> **RECORDS FOR THIS EXERCISE**

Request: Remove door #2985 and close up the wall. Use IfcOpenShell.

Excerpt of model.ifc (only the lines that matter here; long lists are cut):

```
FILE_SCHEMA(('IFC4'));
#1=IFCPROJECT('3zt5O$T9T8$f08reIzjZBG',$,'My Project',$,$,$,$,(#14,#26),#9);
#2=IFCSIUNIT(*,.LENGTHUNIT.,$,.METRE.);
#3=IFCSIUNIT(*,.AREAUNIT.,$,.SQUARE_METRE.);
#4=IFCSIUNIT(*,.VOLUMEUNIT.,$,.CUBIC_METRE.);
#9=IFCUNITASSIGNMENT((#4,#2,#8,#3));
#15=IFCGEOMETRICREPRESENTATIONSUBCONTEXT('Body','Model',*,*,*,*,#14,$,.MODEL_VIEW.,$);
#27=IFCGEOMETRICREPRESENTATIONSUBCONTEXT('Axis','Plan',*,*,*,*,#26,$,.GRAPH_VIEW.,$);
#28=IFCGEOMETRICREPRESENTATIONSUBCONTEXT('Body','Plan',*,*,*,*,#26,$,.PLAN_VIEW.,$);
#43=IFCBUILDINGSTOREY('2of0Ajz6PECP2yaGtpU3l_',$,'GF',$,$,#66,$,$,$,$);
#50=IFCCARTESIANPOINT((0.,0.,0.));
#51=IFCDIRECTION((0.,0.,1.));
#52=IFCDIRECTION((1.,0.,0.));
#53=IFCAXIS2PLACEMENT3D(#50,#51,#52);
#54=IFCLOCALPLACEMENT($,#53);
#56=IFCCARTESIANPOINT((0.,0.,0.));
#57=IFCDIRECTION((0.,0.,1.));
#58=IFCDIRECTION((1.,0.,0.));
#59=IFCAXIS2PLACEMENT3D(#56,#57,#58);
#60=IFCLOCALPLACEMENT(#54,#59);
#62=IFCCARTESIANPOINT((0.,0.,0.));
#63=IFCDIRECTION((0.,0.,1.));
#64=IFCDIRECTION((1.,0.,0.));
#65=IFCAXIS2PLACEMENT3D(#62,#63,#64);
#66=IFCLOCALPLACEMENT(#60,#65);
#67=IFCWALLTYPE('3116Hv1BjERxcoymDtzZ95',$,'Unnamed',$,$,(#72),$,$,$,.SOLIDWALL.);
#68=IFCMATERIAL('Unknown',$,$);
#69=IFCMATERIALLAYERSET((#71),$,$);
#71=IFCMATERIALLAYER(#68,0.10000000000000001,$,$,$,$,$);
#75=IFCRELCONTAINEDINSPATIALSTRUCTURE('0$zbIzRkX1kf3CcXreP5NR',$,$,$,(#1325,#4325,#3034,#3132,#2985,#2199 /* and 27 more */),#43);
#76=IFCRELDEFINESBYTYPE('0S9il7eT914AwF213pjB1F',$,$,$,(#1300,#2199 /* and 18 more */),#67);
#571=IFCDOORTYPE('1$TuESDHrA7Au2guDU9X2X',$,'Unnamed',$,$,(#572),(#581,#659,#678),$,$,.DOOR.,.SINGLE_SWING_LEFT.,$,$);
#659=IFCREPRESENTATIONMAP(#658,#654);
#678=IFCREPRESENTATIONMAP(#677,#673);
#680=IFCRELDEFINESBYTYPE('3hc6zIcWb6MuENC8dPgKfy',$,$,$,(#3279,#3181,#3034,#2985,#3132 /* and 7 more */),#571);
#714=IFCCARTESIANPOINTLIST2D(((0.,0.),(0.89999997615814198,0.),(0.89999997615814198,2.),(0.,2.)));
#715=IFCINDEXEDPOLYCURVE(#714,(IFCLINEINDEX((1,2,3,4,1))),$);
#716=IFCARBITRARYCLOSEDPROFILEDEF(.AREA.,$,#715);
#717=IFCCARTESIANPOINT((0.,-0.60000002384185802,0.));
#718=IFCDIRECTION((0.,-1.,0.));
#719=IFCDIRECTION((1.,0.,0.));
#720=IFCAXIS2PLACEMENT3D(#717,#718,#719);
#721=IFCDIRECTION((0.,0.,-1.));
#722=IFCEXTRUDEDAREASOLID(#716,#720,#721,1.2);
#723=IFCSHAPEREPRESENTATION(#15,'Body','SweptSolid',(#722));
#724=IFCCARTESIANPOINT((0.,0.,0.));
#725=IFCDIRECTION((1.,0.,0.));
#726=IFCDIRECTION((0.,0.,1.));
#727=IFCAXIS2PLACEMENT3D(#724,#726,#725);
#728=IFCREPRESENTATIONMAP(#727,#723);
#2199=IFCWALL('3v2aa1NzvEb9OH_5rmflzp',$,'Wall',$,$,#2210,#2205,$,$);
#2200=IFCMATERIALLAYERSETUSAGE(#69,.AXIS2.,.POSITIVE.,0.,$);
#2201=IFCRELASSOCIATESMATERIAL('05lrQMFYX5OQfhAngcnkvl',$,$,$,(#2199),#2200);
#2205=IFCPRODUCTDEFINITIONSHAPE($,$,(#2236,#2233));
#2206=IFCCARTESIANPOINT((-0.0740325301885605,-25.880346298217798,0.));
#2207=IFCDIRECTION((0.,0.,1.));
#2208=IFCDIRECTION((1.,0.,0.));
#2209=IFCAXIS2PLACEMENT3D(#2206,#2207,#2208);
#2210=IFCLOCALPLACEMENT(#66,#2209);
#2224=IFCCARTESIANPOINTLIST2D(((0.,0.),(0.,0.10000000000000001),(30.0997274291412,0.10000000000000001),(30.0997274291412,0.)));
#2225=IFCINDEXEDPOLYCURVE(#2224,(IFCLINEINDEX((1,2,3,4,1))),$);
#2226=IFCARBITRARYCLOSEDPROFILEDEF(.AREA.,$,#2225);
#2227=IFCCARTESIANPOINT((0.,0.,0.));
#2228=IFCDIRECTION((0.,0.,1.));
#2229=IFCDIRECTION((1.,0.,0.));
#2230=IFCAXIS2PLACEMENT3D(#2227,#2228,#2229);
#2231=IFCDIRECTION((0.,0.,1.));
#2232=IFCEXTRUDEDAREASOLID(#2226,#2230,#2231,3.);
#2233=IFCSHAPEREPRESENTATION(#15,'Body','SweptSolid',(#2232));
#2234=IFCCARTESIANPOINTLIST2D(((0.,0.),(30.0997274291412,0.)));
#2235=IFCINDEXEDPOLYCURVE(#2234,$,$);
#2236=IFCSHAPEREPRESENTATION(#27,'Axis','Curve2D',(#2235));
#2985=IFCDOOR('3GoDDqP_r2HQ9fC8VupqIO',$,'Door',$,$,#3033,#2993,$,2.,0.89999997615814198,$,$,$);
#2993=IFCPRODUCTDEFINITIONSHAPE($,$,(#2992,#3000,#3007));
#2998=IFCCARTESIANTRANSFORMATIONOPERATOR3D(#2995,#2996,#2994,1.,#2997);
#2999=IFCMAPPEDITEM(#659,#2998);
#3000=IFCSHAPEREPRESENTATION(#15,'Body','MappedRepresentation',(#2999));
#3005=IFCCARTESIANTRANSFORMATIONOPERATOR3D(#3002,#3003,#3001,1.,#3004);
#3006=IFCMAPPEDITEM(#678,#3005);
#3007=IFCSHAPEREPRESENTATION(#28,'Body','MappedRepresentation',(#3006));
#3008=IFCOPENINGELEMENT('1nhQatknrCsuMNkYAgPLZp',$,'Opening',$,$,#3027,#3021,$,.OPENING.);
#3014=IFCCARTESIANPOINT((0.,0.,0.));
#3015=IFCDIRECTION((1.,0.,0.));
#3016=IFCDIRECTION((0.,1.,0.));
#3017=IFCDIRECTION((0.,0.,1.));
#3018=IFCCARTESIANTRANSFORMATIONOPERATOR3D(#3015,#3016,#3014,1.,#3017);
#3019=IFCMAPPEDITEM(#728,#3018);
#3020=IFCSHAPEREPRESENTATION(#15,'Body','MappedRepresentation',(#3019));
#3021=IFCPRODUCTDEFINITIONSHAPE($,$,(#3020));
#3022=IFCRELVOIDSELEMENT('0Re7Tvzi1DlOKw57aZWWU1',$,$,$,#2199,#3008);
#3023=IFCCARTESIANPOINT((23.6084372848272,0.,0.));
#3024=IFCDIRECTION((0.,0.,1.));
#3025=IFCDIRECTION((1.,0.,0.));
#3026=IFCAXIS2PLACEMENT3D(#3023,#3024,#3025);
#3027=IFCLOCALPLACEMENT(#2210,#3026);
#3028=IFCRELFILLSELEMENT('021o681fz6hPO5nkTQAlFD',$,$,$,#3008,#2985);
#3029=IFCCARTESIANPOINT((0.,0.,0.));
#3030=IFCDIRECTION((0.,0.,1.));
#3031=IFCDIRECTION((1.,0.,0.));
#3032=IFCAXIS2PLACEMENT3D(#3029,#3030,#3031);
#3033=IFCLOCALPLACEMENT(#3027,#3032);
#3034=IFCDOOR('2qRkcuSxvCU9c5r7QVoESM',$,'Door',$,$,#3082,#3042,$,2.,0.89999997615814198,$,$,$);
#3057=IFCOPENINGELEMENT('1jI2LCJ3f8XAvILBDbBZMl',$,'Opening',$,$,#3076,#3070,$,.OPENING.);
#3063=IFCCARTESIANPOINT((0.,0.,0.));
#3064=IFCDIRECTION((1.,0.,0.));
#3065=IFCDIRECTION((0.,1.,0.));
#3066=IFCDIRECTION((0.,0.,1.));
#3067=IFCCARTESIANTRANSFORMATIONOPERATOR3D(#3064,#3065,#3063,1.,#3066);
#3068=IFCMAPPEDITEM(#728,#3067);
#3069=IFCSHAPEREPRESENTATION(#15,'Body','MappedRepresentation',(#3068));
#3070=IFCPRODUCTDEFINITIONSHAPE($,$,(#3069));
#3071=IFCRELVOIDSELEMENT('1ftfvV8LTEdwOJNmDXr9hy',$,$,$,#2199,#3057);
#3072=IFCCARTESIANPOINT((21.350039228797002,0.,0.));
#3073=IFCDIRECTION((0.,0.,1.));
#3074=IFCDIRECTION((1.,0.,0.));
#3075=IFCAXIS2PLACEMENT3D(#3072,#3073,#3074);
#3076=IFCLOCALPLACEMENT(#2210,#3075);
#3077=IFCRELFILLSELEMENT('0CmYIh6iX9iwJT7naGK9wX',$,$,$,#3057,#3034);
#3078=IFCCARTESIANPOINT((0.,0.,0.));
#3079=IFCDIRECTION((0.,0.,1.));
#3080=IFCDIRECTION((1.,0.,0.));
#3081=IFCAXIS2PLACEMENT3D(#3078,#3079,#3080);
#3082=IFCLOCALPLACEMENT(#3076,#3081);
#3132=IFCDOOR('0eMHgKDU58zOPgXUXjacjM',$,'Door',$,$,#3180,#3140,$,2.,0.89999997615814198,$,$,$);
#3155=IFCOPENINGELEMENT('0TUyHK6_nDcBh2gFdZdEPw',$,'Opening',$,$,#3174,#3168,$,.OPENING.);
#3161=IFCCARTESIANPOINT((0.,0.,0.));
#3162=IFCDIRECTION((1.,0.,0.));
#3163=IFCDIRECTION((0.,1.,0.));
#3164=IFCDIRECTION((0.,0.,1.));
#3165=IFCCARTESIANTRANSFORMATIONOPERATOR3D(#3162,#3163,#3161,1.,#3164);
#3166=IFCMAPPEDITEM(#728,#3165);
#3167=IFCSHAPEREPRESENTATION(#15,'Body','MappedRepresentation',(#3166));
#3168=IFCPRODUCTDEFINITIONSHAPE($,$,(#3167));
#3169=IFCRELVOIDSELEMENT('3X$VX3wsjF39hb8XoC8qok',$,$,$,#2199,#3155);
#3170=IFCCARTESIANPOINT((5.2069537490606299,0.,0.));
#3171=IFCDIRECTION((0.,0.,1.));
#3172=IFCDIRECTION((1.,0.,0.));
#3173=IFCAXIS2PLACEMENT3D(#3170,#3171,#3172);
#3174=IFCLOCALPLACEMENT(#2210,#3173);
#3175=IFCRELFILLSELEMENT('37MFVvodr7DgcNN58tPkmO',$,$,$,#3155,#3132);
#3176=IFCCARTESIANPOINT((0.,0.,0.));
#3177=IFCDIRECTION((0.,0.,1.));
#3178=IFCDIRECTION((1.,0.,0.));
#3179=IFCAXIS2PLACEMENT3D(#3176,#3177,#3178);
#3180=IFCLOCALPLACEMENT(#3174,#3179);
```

```python
import ifcopenshell
import ifcopenshell.api.feature
import ifcopenshell.api.root
import ifcopenshell.geom
import ifcopenshell.util.shape

model = ifcopenshell.open("model.ifc")
settings = ifcopenshell.geom.settings()


def volume(element):
    """Net volume in cubic metres, openings subtracted."""
    shape = ifcopenshell.geom.create_shape(settings, element)
    return ifcopenshell.util.shape.get_volume(shape.geometry)


door = model.by_guid("3GoDDqP_r2HQ9fC8VupqIO")
opening = door.FillsVoids[0].RelatingOpeningElement
wall = opening.VoidsElements[0].RelatingBuildingElement
before = volume(wall)

ifcopenshell.api.root.remove_product(model, product=door)
ifcopenshell.api.feature.remove_feature(model, feature=opening)

after = volume(wall)

print(f"wall volume {before:.3f} -> {after:.3f} m3")

model.write("model_v2.ifc")
```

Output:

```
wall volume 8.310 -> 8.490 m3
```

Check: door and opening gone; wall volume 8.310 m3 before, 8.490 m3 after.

> **TASK ITEM**
In the material above, find each line containing the word "IFCOPENINGELEMENT" and copy it.

> **OUTPUT OF THE TASK**
#3008=IFCOPENINGELEMENT('1nhQatknrCsuMNkYAgPLZp',$,'Opening',$,$,#3027,#3021,$,.OPENING.);
#3057=IFCOPENINGELEMENT('1jI2LCJ3f8XAvILBDbBZMl',$,'Opening',$,$,#3076,#3070,$,.OPENING.);
#3155=IFCOPENINGELEMENT('0TUyHK6_nDcBh2gFdZdEPw',$,'Opening',$,$,#3174,#3168,$,.OPENING.);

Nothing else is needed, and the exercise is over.